Brain drain: A distortion to our future economy


  • Letters
  • Thursday, 12 Jan 2023

MALAYSIA is transitioning towards a knowledge-based economy where the production of goods and services is based primarily on knowledge-intensive activities that will advance technical and scientific innovation.

The Knowledge-Based Economy Master Plan (KEMP) launched in 2002, was to sustain a rapid rate of economic growth and enhance international competitiveness and for our country to move away from a production-based economy.

Nevertheless, Malaysia will continue to rely largely on low-cost foreign labour. Many industry players are pushing the government to simplify immigration procedures to bring in foreign workers as they are reluctant to wean off from low-cost business models as an investment in technological advancement machines and operations necessitates a large sum of money. The resistance to change this reflects the dearth of highly qualified positions which contributes towards underemployment among many Malaysians.

Despite the lack of accurate data, it can be assumed that the underemployment rate is larger than it should be given the recent growth of the gig economy. According to the Department of Statistics Malaysia (DOSM), the number of unemployed graduates is trending up, reaching 33.9 per cent or 1.55 million in 2021, with graduates' unemployment rate standing at 4.1 per cent.

Research shows that a surplus of unskilled labour will result in excessive labour emigration from the country's educated population which will eventually impact state productivity and economic growth.

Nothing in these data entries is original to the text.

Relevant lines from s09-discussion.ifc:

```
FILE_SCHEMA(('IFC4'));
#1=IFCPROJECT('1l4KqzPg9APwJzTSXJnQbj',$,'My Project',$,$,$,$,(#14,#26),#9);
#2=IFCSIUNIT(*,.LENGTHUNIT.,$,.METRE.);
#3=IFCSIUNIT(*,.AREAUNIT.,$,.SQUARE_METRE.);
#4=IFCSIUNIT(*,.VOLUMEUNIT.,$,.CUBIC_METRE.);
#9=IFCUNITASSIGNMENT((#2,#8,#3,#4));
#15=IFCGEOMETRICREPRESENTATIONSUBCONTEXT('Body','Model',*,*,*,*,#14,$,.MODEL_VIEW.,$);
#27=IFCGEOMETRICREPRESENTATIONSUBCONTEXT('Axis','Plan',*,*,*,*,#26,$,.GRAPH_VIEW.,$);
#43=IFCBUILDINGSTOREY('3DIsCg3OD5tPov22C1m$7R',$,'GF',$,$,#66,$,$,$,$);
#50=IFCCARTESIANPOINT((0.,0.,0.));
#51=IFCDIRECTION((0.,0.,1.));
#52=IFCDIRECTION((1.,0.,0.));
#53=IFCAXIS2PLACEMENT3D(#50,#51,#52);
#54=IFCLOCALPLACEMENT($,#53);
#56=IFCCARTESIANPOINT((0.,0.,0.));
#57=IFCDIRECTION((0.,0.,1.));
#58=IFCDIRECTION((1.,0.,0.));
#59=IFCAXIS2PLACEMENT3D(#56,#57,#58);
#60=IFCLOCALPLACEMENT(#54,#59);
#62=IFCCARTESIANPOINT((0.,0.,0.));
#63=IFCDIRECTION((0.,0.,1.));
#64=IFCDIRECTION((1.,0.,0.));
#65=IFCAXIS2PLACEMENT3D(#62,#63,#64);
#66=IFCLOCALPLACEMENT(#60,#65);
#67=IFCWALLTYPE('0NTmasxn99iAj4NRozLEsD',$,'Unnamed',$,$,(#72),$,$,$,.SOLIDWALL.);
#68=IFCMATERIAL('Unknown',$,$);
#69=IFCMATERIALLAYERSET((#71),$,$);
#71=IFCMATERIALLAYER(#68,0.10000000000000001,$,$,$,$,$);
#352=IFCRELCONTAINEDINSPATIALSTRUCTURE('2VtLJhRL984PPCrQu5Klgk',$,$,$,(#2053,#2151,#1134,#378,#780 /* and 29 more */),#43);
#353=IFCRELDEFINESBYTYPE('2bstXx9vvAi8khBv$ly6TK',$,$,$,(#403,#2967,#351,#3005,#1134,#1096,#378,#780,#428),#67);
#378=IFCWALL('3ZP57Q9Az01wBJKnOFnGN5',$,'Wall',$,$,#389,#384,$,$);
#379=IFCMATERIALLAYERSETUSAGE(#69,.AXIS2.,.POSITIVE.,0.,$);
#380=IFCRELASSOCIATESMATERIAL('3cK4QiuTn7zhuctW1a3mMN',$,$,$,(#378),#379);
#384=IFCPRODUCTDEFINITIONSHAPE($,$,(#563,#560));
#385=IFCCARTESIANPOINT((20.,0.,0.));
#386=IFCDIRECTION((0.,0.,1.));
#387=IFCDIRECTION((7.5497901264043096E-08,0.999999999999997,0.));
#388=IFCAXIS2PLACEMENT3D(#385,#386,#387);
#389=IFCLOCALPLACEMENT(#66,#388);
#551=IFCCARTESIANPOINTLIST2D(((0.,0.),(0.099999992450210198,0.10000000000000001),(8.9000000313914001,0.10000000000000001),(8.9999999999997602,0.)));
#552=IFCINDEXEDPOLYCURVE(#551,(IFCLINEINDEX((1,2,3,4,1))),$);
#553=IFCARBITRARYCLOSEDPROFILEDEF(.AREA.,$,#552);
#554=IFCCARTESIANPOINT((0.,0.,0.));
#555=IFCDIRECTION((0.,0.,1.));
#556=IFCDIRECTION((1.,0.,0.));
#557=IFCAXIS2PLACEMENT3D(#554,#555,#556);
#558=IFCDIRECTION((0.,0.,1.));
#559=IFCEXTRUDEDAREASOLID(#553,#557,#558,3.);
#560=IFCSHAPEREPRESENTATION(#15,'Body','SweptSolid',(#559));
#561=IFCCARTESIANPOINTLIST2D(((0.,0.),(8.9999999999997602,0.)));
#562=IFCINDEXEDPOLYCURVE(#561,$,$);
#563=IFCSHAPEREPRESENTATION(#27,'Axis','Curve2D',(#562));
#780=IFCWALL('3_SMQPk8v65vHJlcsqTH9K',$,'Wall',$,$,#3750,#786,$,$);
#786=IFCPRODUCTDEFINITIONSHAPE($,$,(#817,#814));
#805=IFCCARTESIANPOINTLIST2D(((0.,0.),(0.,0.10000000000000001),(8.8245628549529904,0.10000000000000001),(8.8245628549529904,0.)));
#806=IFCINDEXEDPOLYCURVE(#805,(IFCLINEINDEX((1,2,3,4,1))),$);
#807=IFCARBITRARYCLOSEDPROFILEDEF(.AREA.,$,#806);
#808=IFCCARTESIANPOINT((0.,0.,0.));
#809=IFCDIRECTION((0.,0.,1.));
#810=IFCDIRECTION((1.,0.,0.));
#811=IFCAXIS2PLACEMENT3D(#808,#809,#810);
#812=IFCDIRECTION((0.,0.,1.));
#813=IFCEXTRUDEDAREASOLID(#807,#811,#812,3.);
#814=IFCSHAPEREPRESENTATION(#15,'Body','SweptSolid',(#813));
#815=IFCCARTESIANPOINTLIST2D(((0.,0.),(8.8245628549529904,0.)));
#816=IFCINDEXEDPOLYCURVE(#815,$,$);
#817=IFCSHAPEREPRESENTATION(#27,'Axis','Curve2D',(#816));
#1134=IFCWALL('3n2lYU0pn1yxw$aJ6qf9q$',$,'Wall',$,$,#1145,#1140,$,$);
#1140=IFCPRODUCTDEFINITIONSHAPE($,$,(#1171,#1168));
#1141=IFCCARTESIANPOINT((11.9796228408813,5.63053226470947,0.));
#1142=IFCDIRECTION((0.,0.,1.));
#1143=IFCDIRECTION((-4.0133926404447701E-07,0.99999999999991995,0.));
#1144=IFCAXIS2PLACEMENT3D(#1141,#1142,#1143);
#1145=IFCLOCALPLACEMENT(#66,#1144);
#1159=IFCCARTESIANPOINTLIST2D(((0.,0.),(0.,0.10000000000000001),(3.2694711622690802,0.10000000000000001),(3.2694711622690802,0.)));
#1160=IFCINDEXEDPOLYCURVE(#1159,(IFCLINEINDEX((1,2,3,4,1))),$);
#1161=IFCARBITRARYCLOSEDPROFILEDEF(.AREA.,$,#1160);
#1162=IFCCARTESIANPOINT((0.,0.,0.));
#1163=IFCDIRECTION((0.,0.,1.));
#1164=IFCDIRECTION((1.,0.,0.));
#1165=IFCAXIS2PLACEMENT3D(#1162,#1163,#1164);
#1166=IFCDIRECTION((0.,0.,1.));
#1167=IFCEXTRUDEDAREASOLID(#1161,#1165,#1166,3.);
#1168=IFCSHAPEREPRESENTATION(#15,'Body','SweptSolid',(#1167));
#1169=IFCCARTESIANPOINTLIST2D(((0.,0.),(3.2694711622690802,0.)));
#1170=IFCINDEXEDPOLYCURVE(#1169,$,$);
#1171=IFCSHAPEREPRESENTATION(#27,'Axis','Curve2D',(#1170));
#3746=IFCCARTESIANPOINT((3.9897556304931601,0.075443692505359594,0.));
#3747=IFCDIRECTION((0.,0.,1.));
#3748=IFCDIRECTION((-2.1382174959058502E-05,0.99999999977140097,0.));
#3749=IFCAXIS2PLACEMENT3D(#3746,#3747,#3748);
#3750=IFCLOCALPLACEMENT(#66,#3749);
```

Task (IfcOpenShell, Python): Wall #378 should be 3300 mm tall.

```python
import ifcopenshell
import ifcopenshell.geom
import ifcopenshell.util.representation
import ifcopenshell.util.shape
import ifcopenshell.util.unit

model = ifcopenshell.open("s09-discussion.ifc")
unit_scale = ifcopenshell.util.unit.calculate_unit_scale(model)
settings = ifcopenshell.geom.settings()


def volume(element):
    """Net volume in cubic metres, openings subtracted."""
    shape = ifcopenshell.geom.create_shape(settings, element)
    return ifcopenshell.util.shape.get_volume(shape.geometry)


wall = model.by_id(378)
before = volume(wall)

body = ifcopenshell.util.representation.get_representation(wall, "Model", "Body")
solid = body.Items[0]
old_height = solid.Depth
solid.Depth = 3.3 / unit_scale
after = volume(wall)

print(f"height {old_height:g} -> {solid.Depth:g}, volume {before:.3f} -> {after:.3f} m3")

model.write("s09-discussion_updated.ifc")
```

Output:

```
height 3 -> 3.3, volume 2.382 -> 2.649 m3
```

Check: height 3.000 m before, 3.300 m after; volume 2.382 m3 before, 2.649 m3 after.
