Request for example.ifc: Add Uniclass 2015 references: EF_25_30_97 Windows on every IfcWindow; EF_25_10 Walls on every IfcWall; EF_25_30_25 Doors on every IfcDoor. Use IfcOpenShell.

First a look at what the model holds.

```python
import ifcopenshell

model = ifcopenshell.open("example.ifc")
print(model.schema)
print("classifications:", [c.Name for c in model.by_type("IfcClassification")])
for ifc_class in ("IfcDoor", "IfcRoof", "IfcStair", "IfcWall", "IfcWindow"):
    print(ifc_class, len(model.by_type(ifc_class)))
```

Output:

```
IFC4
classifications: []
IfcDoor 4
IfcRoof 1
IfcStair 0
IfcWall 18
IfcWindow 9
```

```python
import ifcopenshell
import ifcopenshell.api.classification

model = ifcopenshell.open("example.ifc")

system = ifcopenshell.api.classification.add_classification(model, classification="Uniclass 2015")

codes = {
    "IfcWindow": ("EF_25_30_97", "Windows"),
    "IfcWall": ("EF_25_10", "Walls"),
    "IfcDoor": ("EF_25_30_25", "Doors"),
}
for ifc_class, (code, name) in codes.items():
    products = model.by_type(ifc_class)
    ifcopenshell.api.classification.add_reference(
        model, products=products, classification=system, identification=code, name=name
    )
    print(code, len(products))

model.write("example_edited.ifc")
```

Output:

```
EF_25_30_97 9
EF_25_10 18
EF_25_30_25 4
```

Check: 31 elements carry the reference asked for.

According to Bank Negara Malaysia (BNM), Malaysians are not being paid enough for the level of productivity we are producing, with many workers being underpaid. It also reported that Malaysians had been underpaid for decades where Malaysian employees were paid the least for the same level of production compared to their regional peers in Singapore and South Korea.

The issue of brain drain has been a prevailing one, afflicting almost all industries. In essence, it is an external migration of the educated part of the country’s population. Acclaimed infectious disease expert Professor Adeeba Kamarulzaman highlighted that Universiti Malaya loses at least 30 of its medical graduates to Singapore each year, and that it costs the country almost RM1mil per student to train.

In 2011, the government set up TalentCorp to help stem the brain drain and attract Malaysians back home via its returning experts programme (REP). It managed to bring back home only 3,600 Malaysians since its establishment in 2011 – a lukewarm response which shows that despite the initiative and many others, Malaysians who are emigrating, are not interested in the prospect of gaining employment here.

It is time for both the government and the employers to reconsider offering highly skilled individuals enticing incentives in order for our talents to remain in this country such as through financial rewards or attractive career advancement opportunities. They should also recognise highly-skilled Malaysian workers in vital sectors that can harness a knowledge-based economy.

Strengthening the social safety net and providing support will make working in this country more attractive, especially for young individuals and families. Expectedly, young employees, in particular, place emphasis and high priority on getting a supportive and positive work environment that encourages rewards for innovations, creativity and hard work.

Malaysia must make significant investments in top-notch training and educational initiatives to guarantee that it has a workforce that is qualified to fulfil the demands of a modern economy. The Human Resource Development Fund (HRDF) needs to accelerate its efforts in offering high-quality training and upskilling programmes, publicising its range of projects extensively and making itself accessible to all working Malaysians.

With Malaysia's shift towards becoming a knowledge-based economy, technological development allows firms and companies to increase their productivity. Leading technology agencies like NanoMalaysia and the Malaysia Digital Economy Corporation (MDEC) must help businesses and organisations across all industries to increase their readiness, knowledge and adoption of technology. The promotion of research and development initiatives through tax exemption, for instance, will definitely lure multinationals and investors as this move contributes towards cost reduction.

For companies, tackling underemployment requires them to take utmost care of their workers. Their employees should be given jobs based on their interests, calibre and academic merits. The designation and post assigned to a worker play an important role in the performance and efficiency of work.

Companies should acknowledge local talent or highfliers who can drive innovation to unlock workers’ reserve of creative energy. Such energy must be unlocked, deployed and channelled until a virtuous circle is created in which the workers and their companies can flourish together.

A strong political will is, indeed, required to help address this long-standing issue. The government can go on explaining the initiatives to prevent brain drain but these just don’t compete with the opportunities available abroad.

Malaysia has made significant investments in infrastructure and all but it has yet to achieve scientific development, technological and innovative capability to retain or to recover the human capital that it has generated. Therefore, close cooperation between the government and employers and a review of the existing policies are vital to bring back and retaining young talents to push Malaysia towards becoming a high-income nation.